- Theatrical release poster
- Directed by: Anand Tucker
- Screenplay by: Steve Martin
- Based on: Shopgirl by Steve Martin
- Produced by: Ashok Amritraj; Jon Jashni; Steve Martin;
- Starring: Steve Martin; Claire Danes; Jason Schwartzman; Bridgette Wilson-Sampras;
- Cinematography: Peter Suschitzky
- Edited by: David Gamble
- Music by: Barrington Pheloung
- Production companies: Touchstone Pictures; Hyde Park Entertainment;
- Distributed by: Buena Vista Pictures Distribution
- Release dates: September 9, 2005 (TIFF); October 21, 2005 (United States);
- Running time: 104 minutes
- Country: United States
- Language: English
- Box office: $11.7 million

= Shopgirl =

2005 film by Anand Tucker

Shopgirl is a 2005 American romantic comedy-drama film directed by Anand Tucker and starring Steve Martin, Claire Danes, and Jason Schwartzman. The screenplay by Martin is based on his 2000 novella. The film follows a complex love triangle between a disenchanted salesgirl, a wealthy businessman, and an aimless young man.

Produced by Ashok Amritraj, Jon Jashni, and Martin for Touchstone Pictures and Hyde Park Entertainment, Shopgirl was released in the United States on October 21, 2005, by Buena Vista Pictures Distribution and received positive reviews from film critics. The film grossed $11.7 million worldwide and was nominated for four Satellite Awards, including Best Picture – Musical or Comedy and Best Adapted Screenplay.

==Plot==
Mirabelle Buttersfield is a young aspiring artist from Vermont who works behind the women's glove counter at Saks Fifth Avenue in Beverly Hills. Clinically depressed and leading a solitary existence, Mirabelle soon finds herself romanced by two distinctly different men.

Jeremy is an immature, socially inept, penniless graphic designer for an amplifier manufacturer and an aspiring typographer who meets Mirabelle in a laundromat. Mirabelle, aching for a meaningful connection, gives Jeremy a chance, but she soon loses interest in him after an awkward first date, followed by a failed attempt at intercourse.

Ray Porter is an older, suave, wealthy, divorced logician. He buys a pair of gloves from Mirabelle at Saks and has them delivered to her apartment with an invitation to dinner, which she accepts. Following several dates, the two have sex at his house one night. The next morning, Ray tells Mirabelle that he does not intend for their relationship to be serious due to his constant travel between Los Angeles and Seattle. Each has a different understanding of this conversation: Ray tells his psychiatrist that Mirabelle knows they have an open relationship, while Mirabelle tells her friends that Ray wants to commit to her.

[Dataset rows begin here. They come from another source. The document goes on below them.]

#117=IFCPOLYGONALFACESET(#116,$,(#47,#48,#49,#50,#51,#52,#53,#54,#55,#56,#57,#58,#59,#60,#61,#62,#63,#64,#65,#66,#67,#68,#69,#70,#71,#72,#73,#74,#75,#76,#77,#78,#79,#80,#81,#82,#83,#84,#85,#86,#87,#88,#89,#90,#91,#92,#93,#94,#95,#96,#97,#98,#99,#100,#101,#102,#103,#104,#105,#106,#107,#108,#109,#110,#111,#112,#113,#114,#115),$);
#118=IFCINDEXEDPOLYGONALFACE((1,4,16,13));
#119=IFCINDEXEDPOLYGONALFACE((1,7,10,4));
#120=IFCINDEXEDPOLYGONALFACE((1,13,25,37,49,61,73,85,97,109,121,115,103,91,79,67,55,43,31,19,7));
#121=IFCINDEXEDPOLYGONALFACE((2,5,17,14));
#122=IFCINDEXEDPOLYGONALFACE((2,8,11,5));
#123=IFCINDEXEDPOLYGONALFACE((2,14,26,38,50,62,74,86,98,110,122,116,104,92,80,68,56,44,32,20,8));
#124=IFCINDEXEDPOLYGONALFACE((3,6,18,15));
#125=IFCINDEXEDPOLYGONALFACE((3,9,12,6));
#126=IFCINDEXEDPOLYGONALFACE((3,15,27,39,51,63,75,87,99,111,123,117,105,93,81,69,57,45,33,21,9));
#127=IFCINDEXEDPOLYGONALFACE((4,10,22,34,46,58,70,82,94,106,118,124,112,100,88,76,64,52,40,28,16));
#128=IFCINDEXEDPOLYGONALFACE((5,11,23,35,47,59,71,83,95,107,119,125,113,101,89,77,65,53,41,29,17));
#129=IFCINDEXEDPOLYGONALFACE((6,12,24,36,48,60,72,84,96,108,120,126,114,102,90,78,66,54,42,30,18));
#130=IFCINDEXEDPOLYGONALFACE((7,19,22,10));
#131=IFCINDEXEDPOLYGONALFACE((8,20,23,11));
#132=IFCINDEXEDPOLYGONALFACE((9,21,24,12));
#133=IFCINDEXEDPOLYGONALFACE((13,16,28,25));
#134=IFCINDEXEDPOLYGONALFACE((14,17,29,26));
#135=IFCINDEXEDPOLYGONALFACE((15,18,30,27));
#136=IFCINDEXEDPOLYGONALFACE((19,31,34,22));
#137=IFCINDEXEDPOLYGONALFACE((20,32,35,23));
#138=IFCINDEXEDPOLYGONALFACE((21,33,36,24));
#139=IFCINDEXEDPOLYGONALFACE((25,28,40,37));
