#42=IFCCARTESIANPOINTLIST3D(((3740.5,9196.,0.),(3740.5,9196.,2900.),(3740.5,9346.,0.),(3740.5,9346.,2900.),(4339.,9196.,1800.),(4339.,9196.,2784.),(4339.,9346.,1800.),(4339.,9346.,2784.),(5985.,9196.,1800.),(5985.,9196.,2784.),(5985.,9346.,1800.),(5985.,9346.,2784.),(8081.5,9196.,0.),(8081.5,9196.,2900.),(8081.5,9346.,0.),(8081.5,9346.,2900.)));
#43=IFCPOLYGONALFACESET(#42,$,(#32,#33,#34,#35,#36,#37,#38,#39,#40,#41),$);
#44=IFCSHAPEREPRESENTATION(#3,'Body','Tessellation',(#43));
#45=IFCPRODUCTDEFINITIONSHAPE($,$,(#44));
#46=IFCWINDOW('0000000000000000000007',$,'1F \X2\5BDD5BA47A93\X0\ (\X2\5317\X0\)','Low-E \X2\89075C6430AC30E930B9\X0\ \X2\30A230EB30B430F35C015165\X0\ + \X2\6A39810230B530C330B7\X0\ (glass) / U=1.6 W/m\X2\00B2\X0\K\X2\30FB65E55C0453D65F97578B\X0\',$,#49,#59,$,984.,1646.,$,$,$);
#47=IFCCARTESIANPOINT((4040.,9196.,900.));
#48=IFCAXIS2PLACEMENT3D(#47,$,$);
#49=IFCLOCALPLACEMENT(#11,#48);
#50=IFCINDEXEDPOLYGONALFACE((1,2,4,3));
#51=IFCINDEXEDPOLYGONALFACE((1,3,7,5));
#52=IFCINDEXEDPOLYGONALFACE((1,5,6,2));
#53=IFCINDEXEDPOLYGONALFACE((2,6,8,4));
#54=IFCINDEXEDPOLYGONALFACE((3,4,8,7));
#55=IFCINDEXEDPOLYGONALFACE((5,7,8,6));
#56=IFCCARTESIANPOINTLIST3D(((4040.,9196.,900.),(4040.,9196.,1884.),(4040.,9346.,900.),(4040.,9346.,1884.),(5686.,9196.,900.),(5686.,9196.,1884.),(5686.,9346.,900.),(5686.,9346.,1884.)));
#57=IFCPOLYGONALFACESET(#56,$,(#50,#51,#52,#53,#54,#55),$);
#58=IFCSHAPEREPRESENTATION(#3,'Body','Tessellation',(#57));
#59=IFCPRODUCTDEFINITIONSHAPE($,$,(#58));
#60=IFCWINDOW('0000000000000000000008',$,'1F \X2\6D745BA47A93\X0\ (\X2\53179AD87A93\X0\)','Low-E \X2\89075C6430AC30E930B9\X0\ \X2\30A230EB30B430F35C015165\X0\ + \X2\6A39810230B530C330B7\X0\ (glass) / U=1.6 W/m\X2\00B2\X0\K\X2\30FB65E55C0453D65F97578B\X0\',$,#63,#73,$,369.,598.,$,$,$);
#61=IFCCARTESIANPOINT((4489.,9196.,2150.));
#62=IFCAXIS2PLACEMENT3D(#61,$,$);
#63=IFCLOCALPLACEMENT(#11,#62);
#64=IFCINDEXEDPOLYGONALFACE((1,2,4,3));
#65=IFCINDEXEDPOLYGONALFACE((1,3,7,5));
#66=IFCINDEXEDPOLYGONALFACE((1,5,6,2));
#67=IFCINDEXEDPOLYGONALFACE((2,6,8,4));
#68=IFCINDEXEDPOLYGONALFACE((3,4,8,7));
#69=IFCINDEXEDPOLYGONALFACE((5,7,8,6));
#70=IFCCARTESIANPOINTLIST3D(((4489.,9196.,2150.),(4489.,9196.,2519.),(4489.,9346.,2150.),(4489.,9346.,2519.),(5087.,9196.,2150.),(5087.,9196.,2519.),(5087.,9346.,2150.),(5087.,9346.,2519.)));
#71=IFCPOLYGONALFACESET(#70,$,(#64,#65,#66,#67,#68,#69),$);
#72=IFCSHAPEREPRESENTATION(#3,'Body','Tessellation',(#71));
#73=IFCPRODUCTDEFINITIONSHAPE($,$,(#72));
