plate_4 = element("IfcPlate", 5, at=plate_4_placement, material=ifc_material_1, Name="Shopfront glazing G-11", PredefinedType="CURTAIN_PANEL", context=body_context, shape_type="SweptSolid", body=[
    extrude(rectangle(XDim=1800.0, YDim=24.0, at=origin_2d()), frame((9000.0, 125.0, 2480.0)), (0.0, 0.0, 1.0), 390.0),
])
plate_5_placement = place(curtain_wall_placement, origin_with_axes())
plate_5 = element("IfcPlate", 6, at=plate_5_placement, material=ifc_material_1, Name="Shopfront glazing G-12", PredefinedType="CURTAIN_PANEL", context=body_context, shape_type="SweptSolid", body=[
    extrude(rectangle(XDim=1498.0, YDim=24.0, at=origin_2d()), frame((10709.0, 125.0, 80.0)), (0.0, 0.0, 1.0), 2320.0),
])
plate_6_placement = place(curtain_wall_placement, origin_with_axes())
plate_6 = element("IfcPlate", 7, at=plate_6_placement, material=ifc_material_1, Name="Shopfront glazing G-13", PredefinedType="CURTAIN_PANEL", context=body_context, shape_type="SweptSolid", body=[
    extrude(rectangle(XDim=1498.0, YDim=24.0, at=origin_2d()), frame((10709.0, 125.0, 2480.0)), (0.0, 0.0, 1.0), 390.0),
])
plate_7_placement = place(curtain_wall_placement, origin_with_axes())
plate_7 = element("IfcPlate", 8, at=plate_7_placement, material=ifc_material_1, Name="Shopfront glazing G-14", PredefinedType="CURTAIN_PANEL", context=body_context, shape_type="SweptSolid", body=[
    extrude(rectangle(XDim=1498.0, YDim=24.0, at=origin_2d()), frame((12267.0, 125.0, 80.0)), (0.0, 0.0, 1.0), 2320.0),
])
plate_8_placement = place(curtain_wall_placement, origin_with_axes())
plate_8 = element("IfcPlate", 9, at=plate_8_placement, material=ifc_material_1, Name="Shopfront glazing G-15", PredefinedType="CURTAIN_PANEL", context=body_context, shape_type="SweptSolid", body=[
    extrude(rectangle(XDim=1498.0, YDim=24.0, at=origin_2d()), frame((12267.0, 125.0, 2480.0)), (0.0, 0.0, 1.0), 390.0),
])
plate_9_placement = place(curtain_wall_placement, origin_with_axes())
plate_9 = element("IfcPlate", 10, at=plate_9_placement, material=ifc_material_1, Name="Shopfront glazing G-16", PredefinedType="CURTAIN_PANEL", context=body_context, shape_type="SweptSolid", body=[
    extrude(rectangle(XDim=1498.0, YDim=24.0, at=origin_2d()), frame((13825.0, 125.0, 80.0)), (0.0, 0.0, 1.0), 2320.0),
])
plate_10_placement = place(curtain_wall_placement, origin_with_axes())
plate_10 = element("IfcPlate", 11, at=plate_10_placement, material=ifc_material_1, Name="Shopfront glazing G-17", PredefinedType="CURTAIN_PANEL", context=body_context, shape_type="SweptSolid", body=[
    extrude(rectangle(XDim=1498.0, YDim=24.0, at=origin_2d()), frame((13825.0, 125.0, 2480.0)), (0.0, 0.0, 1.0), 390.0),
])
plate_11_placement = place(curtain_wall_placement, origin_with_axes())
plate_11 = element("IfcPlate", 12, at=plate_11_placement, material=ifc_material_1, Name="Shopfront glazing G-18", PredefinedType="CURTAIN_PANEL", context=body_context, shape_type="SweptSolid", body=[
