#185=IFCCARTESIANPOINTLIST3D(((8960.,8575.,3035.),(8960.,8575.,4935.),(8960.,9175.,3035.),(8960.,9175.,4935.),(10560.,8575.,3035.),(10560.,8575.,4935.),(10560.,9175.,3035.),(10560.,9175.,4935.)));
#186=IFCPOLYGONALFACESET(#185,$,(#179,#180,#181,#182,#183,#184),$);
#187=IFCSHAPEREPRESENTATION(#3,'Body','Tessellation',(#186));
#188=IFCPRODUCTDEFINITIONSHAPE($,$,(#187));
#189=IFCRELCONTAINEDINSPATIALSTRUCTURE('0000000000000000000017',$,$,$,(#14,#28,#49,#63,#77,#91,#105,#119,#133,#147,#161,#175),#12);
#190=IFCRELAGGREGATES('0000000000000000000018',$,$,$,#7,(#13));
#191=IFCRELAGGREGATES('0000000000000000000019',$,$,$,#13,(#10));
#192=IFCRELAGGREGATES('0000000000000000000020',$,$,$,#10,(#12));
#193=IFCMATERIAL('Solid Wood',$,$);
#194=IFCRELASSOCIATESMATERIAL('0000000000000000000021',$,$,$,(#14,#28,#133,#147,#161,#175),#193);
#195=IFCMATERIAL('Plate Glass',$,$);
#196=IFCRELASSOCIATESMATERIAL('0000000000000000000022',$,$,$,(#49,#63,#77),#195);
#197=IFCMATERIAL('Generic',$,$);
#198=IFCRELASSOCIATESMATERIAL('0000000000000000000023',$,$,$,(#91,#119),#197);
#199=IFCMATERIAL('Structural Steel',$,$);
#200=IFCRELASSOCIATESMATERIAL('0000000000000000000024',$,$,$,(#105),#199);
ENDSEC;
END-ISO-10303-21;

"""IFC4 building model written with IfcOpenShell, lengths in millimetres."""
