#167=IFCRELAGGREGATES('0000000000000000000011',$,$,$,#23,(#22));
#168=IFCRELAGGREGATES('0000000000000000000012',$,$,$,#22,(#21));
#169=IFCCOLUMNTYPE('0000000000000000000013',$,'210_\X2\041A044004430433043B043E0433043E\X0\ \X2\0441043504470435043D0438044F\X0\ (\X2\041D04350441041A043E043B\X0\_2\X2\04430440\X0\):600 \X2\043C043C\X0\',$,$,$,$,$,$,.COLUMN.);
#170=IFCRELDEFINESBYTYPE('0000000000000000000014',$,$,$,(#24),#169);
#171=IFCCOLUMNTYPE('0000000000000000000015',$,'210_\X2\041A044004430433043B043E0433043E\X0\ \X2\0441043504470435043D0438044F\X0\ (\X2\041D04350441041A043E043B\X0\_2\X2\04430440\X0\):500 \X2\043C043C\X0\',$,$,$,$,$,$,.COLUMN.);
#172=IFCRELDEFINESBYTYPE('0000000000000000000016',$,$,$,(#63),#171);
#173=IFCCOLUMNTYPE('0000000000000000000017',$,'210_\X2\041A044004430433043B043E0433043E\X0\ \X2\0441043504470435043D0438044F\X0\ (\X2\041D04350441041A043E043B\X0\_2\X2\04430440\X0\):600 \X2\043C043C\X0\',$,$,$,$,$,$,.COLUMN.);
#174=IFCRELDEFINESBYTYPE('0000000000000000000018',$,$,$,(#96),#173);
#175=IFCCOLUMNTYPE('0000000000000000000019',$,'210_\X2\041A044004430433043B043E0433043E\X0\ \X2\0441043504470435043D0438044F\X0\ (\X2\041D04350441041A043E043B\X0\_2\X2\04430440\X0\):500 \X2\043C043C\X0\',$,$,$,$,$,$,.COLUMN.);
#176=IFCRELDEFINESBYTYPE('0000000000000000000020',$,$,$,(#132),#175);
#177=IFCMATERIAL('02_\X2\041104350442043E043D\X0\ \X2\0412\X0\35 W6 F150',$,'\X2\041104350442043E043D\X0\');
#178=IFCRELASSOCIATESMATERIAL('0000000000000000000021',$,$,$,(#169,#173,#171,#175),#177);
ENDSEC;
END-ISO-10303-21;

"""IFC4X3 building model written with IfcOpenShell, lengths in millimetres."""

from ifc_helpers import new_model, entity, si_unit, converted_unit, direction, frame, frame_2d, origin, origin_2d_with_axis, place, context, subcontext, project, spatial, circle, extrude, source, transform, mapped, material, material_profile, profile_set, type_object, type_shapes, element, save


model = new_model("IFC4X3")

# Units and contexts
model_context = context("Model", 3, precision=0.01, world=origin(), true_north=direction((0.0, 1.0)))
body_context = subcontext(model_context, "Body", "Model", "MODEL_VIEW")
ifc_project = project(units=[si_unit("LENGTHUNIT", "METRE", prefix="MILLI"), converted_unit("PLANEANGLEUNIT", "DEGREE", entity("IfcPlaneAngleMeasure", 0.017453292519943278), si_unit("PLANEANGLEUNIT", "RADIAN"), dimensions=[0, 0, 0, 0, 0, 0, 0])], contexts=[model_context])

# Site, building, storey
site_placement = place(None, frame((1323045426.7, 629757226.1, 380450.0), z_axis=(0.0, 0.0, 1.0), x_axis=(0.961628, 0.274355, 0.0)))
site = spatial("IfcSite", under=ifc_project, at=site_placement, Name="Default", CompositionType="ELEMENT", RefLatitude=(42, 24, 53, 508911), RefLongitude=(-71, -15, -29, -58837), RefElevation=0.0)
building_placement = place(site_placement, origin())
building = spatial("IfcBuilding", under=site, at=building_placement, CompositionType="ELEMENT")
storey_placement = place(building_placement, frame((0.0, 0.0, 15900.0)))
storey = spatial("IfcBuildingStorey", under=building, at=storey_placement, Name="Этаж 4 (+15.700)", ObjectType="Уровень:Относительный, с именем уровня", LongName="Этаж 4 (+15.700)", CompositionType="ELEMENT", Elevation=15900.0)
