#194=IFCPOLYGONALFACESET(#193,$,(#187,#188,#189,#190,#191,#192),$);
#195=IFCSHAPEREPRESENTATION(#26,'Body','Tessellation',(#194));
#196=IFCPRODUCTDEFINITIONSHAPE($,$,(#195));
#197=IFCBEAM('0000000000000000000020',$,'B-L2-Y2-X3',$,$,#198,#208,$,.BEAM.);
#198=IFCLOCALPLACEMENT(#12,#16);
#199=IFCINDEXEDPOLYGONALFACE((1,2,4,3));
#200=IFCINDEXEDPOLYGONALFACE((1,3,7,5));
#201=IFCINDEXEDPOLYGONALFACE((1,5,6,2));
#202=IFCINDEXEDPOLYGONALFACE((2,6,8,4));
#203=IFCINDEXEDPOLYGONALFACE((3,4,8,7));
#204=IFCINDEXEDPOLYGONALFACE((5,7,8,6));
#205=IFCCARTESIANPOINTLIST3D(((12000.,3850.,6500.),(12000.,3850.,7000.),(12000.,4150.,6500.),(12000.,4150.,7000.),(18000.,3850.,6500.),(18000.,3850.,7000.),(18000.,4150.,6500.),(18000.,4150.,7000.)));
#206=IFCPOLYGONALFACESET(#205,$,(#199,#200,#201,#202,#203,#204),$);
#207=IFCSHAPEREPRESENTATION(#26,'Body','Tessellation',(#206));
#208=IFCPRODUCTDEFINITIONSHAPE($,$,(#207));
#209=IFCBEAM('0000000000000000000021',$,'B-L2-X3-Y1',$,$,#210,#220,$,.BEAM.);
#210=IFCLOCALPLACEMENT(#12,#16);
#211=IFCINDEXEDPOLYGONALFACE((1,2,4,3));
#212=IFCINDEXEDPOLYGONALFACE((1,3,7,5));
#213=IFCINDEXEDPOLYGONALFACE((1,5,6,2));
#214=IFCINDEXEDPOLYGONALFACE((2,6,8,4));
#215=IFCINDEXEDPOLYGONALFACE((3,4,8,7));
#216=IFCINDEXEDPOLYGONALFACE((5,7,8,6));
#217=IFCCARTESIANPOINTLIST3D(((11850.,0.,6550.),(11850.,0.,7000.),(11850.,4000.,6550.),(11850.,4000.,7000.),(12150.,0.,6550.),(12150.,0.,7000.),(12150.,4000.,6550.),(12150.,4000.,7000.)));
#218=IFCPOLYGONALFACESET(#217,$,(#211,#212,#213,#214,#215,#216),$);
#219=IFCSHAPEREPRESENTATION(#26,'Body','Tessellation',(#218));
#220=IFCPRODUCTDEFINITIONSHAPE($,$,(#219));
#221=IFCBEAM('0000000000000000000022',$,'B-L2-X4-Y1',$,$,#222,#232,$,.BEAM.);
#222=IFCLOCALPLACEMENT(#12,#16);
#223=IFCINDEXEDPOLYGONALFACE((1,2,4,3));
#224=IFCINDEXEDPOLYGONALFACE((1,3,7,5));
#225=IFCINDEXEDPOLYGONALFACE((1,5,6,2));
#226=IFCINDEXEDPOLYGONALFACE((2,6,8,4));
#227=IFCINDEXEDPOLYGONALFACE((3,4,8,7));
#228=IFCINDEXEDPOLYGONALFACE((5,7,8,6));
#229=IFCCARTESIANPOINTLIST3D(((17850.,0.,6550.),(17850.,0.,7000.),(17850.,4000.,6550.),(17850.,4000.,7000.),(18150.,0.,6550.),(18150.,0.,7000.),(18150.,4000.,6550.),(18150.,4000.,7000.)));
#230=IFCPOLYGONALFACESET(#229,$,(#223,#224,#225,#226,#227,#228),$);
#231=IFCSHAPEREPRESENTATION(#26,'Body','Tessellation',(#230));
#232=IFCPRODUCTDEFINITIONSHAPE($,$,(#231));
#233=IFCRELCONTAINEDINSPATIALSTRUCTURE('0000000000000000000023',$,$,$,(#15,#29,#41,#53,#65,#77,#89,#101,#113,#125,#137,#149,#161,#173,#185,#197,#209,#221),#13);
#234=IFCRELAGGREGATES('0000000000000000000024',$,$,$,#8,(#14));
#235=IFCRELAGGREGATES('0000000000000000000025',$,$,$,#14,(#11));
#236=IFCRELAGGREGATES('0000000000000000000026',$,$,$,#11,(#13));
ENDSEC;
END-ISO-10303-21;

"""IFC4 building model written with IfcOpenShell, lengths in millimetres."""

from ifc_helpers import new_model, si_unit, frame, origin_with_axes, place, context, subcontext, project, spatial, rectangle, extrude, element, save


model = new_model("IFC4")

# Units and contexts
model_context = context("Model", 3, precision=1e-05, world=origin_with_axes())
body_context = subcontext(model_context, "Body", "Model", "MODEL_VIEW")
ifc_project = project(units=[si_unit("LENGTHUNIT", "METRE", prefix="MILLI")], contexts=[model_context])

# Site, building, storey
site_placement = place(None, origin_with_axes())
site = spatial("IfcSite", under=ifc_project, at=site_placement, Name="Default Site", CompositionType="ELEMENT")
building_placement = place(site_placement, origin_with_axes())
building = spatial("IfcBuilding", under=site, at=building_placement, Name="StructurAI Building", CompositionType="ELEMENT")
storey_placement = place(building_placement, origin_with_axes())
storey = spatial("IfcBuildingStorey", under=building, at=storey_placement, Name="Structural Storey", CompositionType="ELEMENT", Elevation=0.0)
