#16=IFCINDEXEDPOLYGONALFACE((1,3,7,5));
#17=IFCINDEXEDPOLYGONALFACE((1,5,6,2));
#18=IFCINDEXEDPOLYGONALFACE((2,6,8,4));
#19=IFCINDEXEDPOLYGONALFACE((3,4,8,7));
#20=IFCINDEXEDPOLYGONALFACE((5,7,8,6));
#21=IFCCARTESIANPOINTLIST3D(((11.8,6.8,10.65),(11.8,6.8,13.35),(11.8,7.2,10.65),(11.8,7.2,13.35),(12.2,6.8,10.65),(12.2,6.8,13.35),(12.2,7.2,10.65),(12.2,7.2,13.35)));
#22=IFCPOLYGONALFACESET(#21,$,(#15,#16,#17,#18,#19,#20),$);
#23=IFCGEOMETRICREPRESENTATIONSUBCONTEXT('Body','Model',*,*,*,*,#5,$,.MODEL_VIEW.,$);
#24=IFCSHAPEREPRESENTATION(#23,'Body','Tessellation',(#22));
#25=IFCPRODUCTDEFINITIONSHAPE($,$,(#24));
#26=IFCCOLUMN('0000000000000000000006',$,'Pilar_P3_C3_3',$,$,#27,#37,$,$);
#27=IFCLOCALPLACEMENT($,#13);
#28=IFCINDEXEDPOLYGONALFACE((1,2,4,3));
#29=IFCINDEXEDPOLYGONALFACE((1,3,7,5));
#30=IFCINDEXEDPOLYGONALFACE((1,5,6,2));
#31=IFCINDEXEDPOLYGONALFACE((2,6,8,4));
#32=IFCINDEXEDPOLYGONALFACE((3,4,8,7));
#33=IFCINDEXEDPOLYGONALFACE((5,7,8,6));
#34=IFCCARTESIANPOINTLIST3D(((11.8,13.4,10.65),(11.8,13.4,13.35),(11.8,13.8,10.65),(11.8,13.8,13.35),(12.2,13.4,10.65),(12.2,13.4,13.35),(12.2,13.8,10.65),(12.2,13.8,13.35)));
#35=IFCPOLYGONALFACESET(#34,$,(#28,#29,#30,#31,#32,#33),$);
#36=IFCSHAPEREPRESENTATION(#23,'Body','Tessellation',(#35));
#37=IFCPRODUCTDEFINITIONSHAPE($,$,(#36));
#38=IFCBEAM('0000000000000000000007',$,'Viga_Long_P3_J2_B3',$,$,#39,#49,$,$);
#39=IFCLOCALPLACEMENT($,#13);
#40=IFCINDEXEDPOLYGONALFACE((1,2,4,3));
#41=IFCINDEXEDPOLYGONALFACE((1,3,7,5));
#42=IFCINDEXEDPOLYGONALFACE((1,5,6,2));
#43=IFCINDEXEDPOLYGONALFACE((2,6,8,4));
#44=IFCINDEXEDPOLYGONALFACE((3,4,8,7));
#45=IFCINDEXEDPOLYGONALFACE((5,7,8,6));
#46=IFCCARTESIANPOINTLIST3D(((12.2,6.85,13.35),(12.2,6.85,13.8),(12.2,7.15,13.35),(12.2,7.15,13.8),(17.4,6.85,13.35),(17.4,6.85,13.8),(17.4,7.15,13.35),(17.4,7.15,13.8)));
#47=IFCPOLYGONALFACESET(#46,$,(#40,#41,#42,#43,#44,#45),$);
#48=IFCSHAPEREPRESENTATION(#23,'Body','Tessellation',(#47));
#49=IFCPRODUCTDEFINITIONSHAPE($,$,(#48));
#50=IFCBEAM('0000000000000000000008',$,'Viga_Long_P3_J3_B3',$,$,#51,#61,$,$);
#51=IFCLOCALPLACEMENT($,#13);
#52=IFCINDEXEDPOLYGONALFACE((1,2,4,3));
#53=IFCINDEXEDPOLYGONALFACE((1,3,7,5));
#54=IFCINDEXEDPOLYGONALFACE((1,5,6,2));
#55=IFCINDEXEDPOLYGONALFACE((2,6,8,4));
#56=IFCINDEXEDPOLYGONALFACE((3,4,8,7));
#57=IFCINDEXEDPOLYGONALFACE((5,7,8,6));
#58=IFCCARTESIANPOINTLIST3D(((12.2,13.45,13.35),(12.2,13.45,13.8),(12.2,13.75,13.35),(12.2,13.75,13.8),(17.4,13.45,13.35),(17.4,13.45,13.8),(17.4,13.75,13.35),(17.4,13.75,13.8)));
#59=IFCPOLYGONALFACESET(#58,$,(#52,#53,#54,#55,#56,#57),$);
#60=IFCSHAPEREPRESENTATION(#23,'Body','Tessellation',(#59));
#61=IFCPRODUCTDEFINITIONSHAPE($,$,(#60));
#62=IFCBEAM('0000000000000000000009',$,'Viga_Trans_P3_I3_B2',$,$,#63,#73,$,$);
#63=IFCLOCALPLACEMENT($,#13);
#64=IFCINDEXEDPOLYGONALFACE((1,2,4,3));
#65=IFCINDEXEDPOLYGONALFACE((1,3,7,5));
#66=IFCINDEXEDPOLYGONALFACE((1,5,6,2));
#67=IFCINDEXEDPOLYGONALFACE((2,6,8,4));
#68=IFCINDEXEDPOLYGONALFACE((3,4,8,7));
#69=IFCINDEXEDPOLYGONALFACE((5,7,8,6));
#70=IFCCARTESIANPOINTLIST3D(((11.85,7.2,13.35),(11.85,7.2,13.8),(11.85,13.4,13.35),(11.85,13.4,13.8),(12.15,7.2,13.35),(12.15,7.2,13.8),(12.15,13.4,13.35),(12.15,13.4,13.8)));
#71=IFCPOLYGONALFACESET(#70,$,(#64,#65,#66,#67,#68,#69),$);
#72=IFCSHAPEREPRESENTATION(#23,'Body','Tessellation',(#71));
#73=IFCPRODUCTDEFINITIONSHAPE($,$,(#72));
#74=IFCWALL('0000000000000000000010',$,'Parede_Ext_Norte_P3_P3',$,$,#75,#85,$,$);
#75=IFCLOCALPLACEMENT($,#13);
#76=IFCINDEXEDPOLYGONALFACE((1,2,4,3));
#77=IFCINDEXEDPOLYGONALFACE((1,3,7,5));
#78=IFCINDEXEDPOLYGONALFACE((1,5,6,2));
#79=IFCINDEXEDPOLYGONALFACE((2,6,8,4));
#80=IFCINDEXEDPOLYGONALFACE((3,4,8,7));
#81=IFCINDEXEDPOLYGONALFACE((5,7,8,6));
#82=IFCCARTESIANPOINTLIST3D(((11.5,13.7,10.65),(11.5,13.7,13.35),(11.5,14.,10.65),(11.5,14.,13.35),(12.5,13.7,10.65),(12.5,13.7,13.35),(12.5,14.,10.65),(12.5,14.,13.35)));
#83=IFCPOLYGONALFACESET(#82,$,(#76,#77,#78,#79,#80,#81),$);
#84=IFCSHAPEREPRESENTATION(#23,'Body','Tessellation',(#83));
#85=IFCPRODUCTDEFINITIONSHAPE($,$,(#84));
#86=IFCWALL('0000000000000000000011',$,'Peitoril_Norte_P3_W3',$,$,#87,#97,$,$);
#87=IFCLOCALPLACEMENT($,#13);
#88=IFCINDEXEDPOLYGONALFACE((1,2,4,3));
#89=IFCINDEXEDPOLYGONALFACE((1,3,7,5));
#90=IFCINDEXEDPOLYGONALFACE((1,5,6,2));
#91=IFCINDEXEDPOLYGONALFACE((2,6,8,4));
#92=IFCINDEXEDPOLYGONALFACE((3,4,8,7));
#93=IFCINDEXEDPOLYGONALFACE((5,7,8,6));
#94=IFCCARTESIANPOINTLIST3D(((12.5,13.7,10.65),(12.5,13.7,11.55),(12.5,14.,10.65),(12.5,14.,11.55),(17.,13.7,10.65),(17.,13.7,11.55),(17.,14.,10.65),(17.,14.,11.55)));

Mirabelle and Ray embark on a lengthy affair, while Jeremy attempts to see Mirabelle one last time before leaving as a roadie for the band Hot Tears, but she rejects him in favor of Ray. While on tour, the band's lead singer introduces Jeremy to self-help tapes on how to better relate to women. Mirabelle becomes increasingly devoted to Ray, who showers her with expensive gifts and pays off her student loans, instead of showing genuine affection. As her relationship with Ray progresses, Mirabelle stops taking her antidepressants, which heightens her depression. Ray takes her to the psychiatrist and cares for her, further deepening her reliance on him. Ray invites Mirabelle to accompany him on his upcoming trip to New York.

During a business trip, Ray has dinner with a former girlfriend who propositions him and he accepts, confessing the liaison to Mirabelle. Devastated, Mirabelle breaks up with him and abandons their trip to New York. While visiting her parents in Vermont, Mirabelle receives a phone call from Ray, who apologizes and asks her to meet him in New York. There, he takes her to a lavish party where she is the youngest guest and feels alone and out of place. At their hotel room, Mirabelle rebuffs Ray's attempt to initiate sex.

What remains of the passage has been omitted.